Our PMI results are very useful. We can clearly see the nondeterministic nature of some pairs, e.g., “should” occurs so many times that it becomes less correlated with any specific joining term. Whereas we see that high PMI values are associated with terms that do not occur on their own very frequently, such as “infantile spasms,” at least for our specific corpus of guideline recommendations. The significance of these results needs to be investigated further.
With our preliminary results, we expanded the PMI set to the whole corpus and have some very interesting results. High PMI values indicate more clinically relevant terms and less pedestrian, although clinical in nature, terms. Pairs which include terms such as “should” and “therapy” score lower PMI values, since they occur in locations outside the current pair being considered. Sorting of the table also allows one to see the progression of terms as they become more or less “clinical.”

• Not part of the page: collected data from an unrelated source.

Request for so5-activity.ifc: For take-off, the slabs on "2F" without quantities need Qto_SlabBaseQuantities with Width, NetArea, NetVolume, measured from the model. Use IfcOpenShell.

First a look at what the model holds.

```python
import ifcopenshell
import ifcopenshell.util.element
import ifcopenshell.util.unit

model = ifcopenshell.open("so5-activity.ifc")
print(model.schema)
for unit_type in ("LENGTHUNIT", "AREAUNIT", "VOLUMEUNIT"):
    print(unit_type, ifcopenshell.util.unit.calculate_unit_scale(model, unit_type))
storey = next(s for s in model.by_type("IfcBuildingStorey") if s.Name == "2F")
slabs = [e for e in ifcopenshell.util.element.get_decomposition(storey) if e.is_a("IfcSlab")]
for e in sorted(slabs, key=lambda e: e.id()):
    print(e.id(), e.is_a(), e.Name, list(ifcopenshell.util.element.get_psets(e, qtos_only=True)), sep=" | ")
```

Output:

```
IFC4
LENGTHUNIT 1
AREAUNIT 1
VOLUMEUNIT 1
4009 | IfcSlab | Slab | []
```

```python
import ifcopenshell
import ifcopenshell.api.pset
import ifcopenshell.geom
import ifcopenshell.util.element
import ifcopenshell.util.shape
import ifcopenshell.util.unit

model = ifcopenshell.open("so5-activity.ifc")
unit_scale = ifcopenshell.util.unit.calculate_unit_scale(model)
area_scale = ifcopenshell.util.unit.calculate_unit_scale(model, "AREAUNIT")
volume_scale = ifcopenshell.util.unit.calculate_unit_scale(model, "VOLUMEUNIT")
settings = ifcopenshell.geom.settings()

storey = next(s for s in model.by_type("IfcBuildingStorey") if s.Name == "2F")
slabs = [e for e in ifcopenshell.util.element.get_decomposition(storey) if e.is_a("IfcSlab")]

for e in sorted(slabs, key=lambda e: e.id()):
    if ifcopenshell.util.element.get_psets(e, qtos_only=True, should_inherit=False):
        continue
    # Geometry comes back in metres, in the element's own axes.
    shape = ifcopenshell.geom.create_shape(settings, e)
    values = {
        "Width": ifcopenshell.util.shape.get_z(shape.geometry) / unit_scale,
        "NetArea": ifcopenshell.util.shape.get_footprint_area(shape.geometry) / area_scale,
        "NetVolume": ifcopenshell.util.shape.get_volume(shape.geometry) / volume_scale,
    }
    qto = ifcopenshell.api.pset.add_qto(model, product=e, name="Qto_SlabBaseQuantities")
    ifcopenshell.api.pset.edit_qto(model, qto=qto, properties=values)
    print(e.id(), {k: round(v, 3) for k, v in values.items()})

model.write("so5-activity_rev.ifc")
```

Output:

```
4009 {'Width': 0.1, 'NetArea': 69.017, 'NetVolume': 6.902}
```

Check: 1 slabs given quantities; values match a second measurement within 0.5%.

Digitizing clinical guideline recommendations involves the identification of Action Type, Action(s), Condition(s), Logic, Recommendation Strength, and Evidence Quality. Further, successfully implementing recommendations requires that they be executable and decidable. We also need to identify its effect on the process of care, its degree of novelty, and finally its measurability. Each of these dimensions is described in detail in the GuideLine Implementability Appraisal instrument developed at the Yale Center for Medical Informatics. The reason they are important is that they answer the questions that implementers ask when implementing a clinical guideline recommendation. Questions such as, “How does this recommendation impact the users?”, “How does it impact my patients?”, and “Can we measure its use?” are all critical to a successful implementation strategy. We are going to create an interface that will allow us to capture this critical metadata and also support it with some of the enhancements we have been building.